É dessas fronteiras entre
a eletrônica e a Grécia que nos chega a epopéia
de Soares Feitosa, cearense do Recife; Recife, capital
maior de nossas capitanias líricas, onde os Franciscos
Brennand e os Gilbertos Freyre, como o poeta César
Leal, testemunham, em prosa e verso e no barro amassado
e temperado a fogo e tinta, a fundação da
história de cada um de nós.
História que também vem sendo contada
e cantada — o que é a mesma coisa — ao sol de Fortaleza, por um
príncipe de afinação de cordas das violas d’amore, o poeta
Artur Eduardo Benevides, pela tuba poderosa do poeta Francisco
Carvalho ou pelo violão de meu saudoso amigo Otacílio Colares. E
outros e outros e outros — que afinal isto é apenas uma notícia
sobre Soares Feitosa.
Em seus poemas, o que está vivo é o
Nordeste inteiro: o bode o cavalo o boi — o sentimento mortal —
como no verso de outro poeta de nossa terra.
O mundo de Soares Feitosa é
o mundo inteiro, porque é o mundo das Ipueiras,
das Novas-Russas, dos Inhamuns, o mundo dos vestidos de
chita das comadres, da batina e dos escorregões
e das virtudes e das bravatas do vigário da paróquia.
O mundo do padre-mestre, a quem conheci e que era um santo
homem, mas que um dia resolveu casar, com medo da solidão
da velhice. Engano do padre santo. Ele nunca estaria
só. Todas as vozes dos nossos aboios épicos e
líricos estariam com ele.
Não estou aqui para fazer uma crítica
nem um prefácio da poesia cosmogênica de Soares Feitosa. Eu não
sei falar sobre poesia. Lembro-me sempre daquela história de
Federico Garcia Lorca. Convidado para falar sobre poesia —
contou-me um dia Gerardo Diego, seu crítico e seu amigo —, o
poeta limitou-se a estender as duas mãos abertas e dizer:
Yo no puedo, yo no sé
hablar sobre poesia.
Yo la tengo aqui en
mis manos, sé que está
quemando mi piel, pero
no lo sé o que és.
Assim é a poesia universal
deste poeta nordestino. E digo universal, porque no
Nordeste, mais do que nessas ricas metrópoles do
Sul, somos seres universais. Sustentamos a identidade provincial
de nossa raça, de nosso sangue e de nosso espírito
inumerável. Somos os homens da provincialidade.

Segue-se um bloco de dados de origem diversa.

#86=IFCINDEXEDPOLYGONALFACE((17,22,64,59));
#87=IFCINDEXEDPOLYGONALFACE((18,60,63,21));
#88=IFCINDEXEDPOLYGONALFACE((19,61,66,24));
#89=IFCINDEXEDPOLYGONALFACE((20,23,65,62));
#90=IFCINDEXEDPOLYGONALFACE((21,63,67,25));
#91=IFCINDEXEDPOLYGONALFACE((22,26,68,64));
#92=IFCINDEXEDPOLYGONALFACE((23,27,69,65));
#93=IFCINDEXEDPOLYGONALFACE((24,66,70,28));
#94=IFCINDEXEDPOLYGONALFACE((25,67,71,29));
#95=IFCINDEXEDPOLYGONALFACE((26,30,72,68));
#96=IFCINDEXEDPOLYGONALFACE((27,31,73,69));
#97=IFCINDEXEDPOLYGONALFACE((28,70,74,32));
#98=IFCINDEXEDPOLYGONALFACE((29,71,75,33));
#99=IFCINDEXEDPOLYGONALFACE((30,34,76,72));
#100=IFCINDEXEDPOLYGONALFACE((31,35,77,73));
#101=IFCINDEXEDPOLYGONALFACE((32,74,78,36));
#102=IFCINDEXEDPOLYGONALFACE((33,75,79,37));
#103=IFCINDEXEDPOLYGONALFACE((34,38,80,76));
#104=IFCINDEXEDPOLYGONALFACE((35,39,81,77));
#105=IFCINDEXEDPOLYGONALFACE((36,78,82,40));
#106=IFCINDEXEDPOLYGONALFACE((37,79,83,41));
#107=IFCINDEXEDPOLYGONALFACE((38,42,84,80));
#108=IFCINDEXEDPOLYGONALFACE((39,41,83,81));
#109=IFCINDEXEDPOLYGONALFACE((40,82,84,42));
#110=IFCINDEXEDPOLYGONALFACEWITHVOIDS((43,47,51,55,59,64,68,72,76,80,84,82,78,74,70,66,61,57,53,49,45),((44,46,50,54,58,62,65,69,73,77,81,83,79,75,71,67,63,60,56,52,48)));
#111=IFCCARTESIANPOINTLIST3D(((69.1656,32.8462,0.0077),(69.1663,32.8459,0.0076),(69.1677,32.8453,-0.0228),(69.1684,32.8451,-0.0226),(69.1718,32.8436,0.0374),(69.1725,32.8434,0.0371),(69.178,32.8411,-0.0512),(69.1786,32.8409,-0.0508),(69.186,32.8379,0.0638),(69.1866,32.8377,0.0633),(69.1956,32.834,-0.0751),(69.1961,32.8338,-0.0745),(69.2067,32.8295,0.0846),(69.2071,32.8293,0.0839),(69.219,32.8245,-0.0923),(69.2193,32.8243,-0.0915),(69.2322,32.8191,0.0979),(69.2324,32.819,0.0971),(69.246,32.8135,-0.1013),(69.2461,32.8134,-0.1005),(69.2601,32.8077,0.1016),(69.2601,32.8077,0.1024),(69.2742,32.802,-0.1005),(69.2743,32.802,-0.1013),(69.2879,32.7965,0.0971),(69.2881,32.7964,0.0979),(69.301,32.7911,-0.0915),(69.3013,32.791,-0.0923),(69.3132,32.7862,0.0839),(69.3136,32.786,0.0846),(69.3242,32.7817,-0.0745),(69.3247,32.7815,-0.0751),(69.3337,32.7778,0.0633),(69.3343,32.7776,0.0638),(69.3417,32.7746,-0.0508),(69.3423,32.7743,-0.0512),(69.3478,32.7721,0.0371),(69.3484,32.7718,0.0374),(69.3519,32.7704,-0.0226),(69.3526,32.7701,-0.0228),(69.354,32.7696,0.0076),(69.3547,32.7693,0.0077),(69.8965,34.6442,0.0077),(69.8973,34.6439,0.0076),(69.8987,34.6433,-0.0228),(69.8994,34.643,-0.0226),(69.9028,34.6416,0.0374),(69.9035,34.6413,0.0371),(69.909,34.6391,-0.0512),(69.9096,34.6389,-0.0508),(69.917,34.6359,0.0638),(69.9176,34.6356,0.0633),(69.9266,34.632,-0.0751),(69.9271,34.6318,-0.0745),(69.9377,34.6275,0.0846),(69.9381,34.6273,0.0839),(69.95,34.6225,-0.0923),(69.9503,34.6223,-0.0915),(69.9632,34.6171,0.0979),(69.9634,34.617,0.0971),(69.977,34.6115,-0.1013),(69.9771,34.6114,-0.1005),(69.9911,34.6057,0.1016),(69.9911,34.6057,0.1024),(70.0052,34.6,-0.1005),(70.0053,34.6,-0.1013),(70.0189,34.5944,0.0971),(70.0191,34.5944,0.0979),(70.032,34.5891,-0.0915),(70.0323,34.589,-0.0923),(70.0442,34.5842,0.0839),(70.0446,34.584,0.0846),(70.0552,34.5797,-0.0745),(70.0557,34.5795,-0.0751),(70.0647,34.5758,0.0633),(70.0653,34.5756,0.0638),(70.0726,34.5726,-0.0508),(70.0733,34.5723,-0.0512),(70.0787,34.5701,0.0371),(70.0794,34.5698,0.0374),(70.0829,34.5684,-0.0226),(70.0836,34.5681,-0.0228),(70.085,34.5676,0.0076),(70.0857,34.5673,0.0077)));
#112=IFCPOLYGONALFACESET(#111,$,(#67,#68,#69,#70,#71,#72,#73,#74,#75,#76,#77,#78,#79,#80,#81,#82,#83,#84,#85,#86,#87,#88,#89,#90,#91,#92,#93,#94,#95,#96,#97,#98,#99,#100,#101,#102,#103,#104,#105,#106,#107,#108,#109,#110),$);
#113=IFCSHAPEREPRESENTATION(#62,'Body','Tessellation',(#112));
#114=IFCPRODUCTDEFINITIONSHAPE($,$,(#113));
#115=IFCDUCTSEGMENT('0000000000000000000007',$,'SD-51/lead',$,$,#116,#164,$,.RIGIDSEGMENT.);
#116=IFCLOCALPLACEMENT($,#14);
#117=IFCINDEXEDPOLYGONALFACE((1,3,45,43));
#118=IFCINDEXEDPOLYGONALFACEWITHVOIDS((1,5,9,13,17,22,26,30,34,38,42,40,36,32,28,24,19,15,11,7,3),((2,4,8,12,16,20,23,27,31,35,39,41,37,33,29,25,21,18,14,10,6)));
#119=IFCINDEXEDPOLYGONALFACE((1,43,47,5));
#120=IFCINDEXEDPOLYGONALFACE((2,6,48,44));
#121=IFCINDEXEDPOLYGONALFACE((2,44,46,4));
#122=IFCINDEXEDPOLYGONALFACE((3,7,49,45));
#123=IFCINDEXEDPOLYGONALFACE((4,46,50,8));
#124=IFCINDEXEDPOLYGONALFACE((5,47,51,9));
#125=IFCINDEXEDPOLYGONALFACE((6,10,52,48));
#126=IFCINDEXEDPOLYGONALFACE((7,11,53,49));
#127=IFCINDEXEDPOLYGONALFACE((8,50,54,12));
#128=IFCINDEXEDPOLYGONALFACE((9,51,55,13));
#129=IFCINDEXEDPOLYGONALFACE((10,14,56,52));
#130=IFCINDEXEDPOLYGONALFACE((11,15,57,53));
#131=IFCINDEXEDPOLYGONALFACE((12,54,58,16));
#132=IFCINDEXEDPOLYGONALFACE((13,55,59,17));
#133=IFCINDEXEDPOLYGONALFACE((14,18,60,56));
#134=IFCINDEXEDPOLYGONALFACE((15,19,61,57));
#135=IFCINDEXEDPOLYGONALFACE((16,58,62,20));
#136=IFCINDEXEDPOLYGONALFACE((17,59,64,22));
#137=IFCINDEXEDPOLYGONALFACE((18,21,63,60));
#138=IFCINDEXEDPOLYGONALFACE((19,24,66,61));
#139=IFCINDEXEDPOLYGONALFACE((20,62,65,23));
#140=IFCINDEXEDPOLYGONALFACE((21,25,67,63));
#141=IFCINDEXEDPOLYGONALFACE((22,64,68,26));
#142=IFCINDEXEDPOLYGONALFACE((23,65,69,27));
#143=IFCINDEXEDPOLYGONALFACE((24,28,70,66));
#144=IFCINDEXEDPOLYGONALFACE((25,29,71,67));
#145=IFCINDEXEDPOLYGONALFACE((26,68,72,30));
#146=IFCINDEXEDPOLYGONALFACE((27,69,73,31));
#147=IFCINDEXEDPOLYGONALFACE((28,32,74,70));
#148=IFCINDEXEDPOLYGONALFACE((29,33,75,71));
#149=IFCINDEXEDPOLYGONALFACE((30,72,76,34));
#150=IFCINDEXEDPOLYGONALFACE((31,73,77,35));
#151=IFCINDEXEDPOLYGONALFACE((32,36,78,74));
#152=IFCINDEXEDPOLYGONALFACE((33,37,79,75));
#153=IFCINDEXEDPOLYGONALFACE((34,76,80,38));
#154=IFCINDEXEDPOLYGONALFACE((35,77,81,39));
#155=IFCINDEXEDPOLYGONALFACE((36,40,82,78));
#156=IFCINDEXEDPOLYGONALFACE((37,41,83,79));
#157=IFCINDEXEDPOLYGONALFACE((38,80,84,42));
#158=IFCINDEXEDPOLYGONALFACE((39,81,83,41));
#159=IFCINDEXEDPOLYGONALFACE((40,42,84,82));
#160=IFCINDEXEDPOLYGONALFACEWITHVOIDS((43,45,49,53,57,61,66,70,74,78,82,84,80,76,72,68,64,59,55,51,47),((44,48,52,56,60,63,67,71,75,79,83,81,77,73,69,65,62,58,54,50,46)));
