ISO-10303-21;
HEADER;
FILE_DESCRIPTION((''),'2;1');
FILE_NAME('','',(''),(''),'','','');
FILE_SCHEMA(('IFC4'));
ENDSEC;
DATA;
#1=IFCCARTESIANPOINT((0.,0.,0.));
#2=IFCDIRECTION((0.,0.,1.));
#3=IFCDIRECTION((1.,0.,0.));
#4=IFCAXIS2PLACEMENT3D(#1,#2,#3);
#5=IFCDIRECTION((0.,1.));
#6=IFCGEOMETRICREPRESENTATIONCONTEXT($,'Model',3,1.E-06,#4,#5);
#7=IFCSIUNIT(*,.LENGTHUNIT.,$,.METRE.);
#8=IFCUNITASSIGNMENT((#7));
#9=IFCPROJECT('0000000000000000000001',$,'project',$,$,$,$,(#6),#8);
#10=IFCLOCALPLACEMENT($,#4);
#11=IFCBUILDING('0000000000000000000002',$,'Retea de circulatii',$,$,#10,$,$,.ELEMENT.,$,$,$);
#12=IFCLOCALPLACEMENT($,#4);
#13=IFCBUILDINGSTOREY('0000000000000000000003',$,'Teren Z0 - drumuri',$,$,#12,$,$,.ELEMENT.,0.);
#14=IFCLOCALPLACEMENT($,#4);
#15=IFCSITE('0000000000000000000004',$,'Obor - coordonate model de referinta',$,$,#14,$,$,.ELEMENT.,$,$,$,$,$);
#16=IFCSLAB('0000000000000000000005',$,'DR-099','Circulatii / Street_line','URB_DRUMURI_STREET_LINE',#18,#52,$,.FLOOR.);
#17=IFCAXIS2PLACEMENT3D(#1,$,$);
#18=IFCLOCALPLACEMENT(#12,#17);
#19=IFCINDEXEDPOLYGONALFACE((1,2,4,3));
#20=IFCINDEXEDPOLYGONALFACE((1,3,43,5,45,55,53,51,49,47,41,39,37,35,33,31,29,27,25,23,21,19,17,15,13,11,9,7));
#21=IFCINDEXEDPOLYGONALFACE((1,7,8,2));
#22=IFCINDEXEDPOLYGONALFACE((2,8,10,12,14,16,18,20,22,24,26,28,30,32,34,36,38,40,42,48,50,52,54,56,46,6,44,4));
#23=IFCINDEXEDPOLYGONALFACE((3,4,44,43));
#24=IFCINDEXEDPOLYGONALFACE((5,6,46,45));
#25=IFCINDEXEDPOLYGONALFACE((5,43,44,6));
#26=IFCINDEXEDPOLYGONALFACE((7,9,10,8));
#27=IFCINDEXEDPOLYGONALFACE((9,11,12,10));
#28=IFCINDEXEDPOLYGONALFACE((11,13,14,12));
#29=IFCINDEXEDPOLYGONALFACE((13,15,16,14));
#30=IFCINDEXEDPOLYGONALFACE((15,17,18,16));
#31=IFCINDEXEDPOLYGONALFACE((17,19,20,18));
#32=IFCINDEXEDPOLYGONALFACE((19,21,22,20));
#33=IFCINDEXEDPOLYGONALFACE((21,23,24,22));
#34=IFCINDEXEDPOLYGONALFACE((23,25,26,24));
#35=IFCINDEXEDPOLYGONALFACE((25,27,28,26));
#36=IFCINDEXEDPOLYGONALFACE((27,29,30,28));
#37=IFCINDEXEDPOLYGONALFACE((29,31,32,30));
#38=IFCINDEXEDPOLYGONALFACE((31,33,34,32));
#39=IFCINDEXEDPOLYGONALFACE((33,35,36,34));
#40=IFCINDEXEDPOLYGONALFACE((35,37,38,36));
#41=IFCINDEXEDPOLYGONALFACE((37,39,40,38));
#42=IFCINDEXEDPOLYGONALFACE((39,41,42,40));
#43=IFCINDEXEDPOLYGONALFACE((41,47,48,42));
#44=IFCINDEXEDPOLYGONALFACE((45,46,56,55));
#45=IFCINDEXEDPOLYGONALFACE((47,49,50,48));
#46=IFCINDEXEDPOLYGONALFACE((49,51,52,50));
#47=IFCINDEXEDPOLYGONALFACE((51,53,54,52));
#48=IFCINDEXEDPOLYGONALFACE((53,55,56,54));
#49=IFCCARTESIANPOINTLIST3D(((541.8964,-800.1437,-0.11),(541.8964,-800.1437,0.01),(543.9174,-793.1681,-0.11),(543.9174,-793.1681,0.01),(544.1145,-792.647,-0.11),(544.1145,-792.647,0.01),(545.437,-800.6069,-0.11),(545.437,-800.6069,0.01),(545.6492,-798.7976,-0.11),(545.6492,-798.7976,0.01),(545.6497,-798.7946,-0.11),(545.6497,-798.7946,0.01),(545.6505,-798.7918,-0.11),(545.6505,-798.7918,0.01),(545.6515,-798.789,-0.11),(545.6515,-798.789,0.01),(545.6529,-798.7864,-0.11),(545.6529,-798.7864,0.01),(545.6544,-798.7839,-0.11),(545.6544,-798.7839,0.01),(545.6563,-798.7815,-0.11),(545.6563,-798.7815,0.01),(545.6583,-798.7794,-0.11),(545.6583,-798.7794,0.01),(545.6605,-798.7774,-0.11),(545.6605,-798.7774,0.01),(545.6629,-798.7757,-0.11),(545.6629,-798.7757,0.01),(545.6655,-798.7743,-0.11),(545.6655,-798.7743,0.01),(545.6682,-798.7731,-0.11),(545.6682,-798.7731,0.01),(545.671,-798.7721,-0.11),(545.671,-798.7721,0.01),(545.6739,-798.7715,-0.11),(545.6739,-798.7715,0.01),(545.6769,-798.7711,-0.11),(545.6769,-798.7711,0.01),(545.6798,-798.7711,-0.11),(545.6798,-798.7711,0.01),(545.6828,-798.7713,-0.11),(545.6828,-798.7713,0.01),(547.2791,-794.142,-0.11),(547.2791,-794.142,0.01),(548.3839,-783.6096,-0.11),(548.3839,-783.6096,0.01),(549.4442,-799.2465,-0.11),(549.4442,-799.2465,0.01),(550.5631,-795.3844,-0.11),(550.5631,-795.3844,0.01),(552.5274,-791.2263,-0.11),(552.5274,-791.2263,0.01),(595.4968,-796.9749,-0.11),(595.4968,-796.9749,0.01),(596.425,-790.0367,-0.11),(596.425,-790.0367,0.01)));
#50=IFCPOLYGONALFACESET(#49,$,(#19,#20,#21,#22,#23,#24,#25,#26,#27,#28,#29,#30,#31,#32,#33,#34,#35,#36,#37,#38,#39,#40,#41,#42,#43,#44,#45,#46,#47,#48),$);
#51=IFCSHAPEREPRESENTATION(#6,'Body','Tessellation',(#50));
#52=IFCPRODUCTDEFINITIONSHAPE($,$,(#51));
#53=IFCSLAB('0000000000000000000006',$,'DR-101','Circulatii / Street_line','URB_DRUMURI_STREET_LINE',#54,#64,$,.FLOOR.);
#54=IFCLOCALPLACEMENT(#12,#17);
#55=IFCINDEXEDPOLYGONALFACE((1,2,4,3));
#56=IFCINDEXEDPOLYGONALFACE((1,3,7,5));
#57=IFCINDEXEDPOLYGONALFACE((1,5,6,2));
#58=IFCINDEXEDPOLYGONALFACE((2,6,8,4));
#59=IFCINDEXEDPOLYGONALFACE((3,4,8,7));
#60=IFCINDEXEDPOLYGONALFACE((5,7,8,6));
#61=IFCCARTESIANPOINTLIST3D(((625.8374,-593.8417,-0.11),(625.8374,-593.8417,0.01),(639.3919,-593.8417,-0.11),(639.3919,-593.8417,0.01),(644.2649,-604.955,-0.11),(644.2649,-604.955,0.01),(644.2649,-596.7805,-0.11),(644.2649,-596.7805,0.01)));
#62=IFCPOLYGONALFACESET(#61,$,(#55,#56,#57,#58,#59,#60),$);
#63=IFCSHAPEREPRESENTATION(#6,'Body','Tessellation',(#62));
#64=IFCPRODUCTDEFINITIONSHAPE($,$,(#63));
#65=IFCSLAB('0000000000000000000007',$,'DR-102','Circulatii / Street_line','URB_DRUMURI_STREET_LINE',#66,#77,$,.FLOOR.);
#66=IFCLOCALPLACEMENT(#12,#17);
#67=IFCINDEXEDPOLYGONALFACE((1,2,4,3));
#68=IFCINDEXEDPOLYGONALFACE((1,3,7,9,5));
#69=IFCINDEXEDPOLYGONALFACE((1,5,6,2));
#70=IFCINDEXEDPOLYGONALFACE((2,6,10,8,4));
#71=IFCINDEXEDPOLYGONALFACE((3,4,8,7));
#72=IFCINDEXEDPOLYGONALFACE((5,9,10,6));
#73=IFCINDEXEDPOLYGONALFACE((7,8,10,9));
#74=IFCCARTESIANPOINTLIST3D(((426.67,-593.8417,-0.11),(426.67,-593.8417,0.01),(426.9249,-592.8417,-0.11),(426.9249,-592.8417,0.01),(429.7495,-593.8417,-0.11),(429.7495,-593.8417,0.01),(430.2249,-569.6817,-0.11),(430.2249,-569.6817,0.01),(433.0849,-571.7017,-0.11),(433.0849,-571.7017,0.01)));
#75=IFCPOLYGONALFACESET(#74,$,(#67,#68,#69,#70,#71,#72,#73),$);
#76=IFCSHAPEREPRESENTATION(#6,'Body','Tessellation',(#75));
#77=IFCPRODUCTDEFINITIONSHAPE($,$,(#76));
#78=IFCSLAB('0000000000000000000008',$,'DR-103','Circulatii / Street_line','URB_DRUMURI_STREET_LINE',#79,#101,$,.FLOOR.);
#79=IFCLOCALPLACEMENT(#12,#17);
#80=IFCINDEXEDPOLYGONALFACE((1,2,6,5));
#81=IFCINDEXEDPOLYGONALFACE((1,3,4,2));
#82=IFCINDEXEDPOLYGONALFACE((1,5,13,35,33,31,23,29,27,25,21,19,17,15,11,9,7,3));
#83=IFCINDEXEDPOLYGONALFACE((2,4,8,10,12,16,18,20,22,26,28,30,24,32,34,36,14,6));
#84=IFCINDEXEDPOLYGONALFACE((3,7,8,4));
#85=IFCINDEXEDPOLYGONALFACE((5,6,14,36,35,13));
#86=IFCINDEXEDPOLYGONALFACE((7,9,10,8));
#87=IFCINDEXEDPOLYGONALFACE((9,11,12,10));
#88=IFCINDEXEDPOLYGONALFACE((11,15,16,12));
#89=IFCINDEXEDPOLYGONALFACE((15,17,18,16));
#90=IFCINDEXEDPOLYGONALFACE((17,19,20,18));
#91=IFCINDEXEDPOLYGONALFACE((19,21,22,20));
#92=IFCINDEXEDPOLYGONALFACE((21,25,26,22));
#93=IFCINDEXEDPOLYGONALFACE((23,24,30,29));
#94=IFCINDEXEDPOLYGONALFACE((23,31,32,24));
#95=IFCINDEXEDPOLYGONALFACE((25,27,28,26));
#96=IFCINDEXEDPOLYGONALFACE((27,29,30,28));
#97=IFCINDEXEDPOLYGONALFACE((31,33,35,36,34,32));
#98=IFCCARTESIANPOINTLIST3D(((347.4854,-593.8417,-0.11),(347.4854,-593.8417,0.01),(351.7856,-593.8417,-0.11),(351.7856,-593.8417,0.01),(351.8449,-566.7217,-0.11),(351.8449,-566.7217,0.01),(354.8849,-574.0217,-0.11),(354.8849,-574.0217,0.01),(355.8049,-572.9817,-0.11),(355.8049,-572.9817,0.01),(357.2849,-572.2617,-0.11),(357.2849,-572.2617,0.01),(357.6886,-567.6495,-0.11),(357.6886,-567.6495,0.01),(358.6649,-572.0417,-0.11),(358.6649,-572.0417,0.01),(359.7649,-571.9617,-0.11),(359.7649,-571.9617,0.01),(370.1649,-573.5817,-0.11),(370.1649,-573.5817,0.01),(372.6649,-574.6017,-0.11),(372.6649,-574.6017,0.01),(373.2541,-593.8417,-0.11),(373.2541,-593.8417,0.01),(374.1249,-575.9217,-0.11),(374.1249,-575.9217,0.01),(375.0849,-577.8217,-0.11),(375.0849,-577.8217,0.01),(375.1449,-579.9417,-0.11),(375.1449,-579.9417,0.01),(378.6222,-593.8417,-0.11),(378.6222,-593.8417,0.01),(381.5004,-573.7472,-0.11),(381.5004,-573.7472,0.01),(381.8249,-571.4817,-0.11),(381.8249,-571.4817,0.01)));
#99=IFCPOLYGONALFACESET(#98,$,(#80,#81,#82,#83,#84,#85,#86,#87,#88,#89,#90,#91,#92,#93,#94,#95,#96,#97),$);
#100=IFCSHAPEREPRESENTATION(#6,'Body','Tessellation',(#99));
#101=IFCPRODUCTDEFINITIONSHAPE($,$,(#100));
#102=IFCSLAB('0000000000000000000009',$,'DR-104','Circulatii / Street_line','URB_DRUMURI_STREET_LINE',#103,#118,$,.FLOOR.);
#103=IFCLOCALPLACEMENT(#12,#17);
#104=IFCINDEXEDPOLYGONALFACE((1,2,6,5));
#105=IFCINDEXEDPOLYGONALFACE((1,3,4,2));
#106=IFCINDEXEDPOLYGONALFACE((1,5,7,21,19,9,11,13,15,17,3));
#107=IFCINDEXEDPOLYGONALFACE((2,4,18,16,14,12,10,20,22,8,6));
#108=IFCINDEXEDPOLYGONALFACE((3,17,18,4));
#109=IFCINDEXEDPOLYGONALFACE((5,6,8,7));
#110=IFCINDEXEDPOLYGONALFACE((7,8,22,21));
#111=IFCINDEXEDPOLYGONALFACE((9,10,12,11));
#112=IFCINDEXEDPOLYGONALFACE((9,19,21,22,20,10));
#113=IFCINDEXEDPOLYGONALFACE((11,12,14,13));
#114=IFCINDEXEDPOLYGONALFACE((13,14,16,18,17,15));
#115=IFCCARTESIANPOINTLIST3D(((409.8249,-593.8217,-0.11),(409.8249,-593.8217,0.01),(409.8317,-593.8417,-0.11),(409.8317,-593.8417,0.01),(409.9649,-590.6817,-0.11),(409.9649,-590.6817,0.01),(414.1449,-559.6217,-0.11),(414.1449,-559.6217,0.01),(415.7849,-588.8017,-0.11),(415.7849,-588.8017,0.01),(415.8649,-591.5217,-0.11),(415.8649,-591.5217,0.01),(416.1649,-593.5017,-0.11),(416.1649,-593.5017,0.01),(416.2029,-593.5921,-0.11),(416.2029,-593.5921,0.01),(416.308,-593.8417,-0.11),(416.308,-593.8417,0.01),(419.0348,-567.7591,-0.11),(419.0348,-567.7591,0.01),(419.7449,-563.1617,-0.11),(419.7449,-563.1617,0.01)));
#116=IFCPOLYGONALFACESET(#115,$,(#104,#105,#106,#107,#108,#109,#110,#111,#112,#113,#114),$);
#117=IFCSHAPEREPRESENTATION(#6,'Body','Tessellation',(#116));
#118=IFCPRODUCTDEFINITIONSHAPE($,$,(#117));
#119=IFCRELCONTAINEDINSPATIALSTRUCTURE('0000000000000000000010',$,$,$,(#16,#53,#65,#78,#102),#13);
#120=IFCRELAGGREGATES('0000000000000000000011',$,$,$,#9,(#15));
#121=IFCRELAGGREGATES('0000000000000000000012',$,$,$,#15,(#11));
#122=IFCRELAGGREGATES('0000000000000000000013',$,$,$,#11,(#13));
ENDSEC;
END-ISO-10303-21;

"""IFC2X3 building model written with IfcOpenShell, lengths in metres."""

from ifc_helpers import new_model, si_unit, direction, frame, origin_with_axes, place, context, project, spatial, polyline, outline, extrude, element, save


model = new_model("IFC2X3")

# Units and contexts
model_context = context("Model", 3, precision=1e-06, world=origin_with_axes(), true_north=direction((0.0, 1.0)))
ifc_project = project(units=[si_unit("LENGTHUNIT", "METRE")], contexts=[model_context])

# Site, building, storey
site_placement = place(None, origin_with_axes())
site = spatial("IfcSite", under=ifc_project, at=site_placement, Name="Obor - coordonate model de referinta", CompositionType="ELEMENT")
building_placement = place(None, origin_with_axes())
building = spatial("IfcBuilding", under=site, at=building_placement, Name="Retea de circulatii", CompositionType="ELEMENT")
storey_placement = place(None, origin_with_axes())
storey = spatial("IfcBuildingStorey", under=building, at=storey_placement, Name="Teren Z0 - drumuri", CompositionType="ELEMENT", Elevation=0.0)

# Slabs
slab_1_placement = place(None, origin_with_axes())
element("IfcSlab", 1, at=slab_1_placement, inside=storey, Name="DR-099", Description="Circulatii / Street_line", ObjectType="URB_DRUMURI_STREET_LINE", PredefinedType="FLOOR", context=model_context, shape_type="SweptSolid", body=[
    extrude(outline(polyline([(545.437, -800.6069), (545.6492, -798.7976), (545.6497, -798.7946), (545.6505, -798.7918), (545.6515, -798.789), (545.6529, -798.7864), (545.6544, -798.7839), (545.6563, -798.7815), (545.6583, -798.7794), (545.6605, -798.7774), (545.6629, -798.7757), (545.6655, -798.7743), (545.6682, -798.7731), (545.671, -798.7721), (545.6739, -798.7715), (545.6769, -798.7711), (545.6798, -798.7711), (545.6828, -798.7713), (549.4442, -799.2465), (550.5631, -795.3844), (552.5274, -791.2263), (595.4968, -796.9749), (596.425, -790.0367), (548.3839, -783.6096), (544.1145, -792.647), (547.2791, -794.142), (543.9174, -793.1681), (541.8964, -800.1437), (545.437, -800.6069)])), frame((0.0, 0.0, -0.11), z_axis=(0.0, 0.0, 1.0), x_axis=(1.0, 0.0, 0.0)), (0.0, 0.0, 1.0), 0.12),
])
slab_2_placement = place(None, origin_with_axes())
element("IfcSlab", 2, at=slab_2_placement, inside=storey, Name="DR-101", Description="Circulatii / Street_line", ObjectType="URB_DRUMURI_STREET_LINE", PredefinedType="FLOOR", context=model_context, shape_type="SweptSolid", body=[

E, por isso mesmo, não somos provincianos.
Provincianos são
os outros, os que limitam o mundo à caverna platônica de suas
fronteiras e ignoram os ventos que sopram pelos vales e pelas
serras de outras sesmarias.
O poeta Soares Feitosa
talvez até sem saber, como Lorca que não sabia
o que era poesia, é um poeta de dimensão universal.
Canta a saga de nossas
paróquias, de nossos vizinhos, de nossa aventura humana
na pequena e brava gleba de nossa herança ontológica e
existencial.
Mas o poeta se engana
quando pensa que com seu canto nos deu o circo e ficou
com o pão. O que ele nos está dando nestes poemas é
verdadeiramente o pão, o pão nosso de cada dia.
O nutrimento maior, o nutrimento da poesia, mais forte do que
a medula dos leões, de que se alimentavam os heróis
de Homero.
De sua poesia, somos
todos protagonistas e heróis e vítimas e testemunhas
para sempre.
Rio
de Janeiro, carnaval de 1994
notas:
¹ - Padre Ignácio Américo Bezerra,
poema Format Cê Dois Pontos.
² - Padre Leitão, poema Padre-Mestre.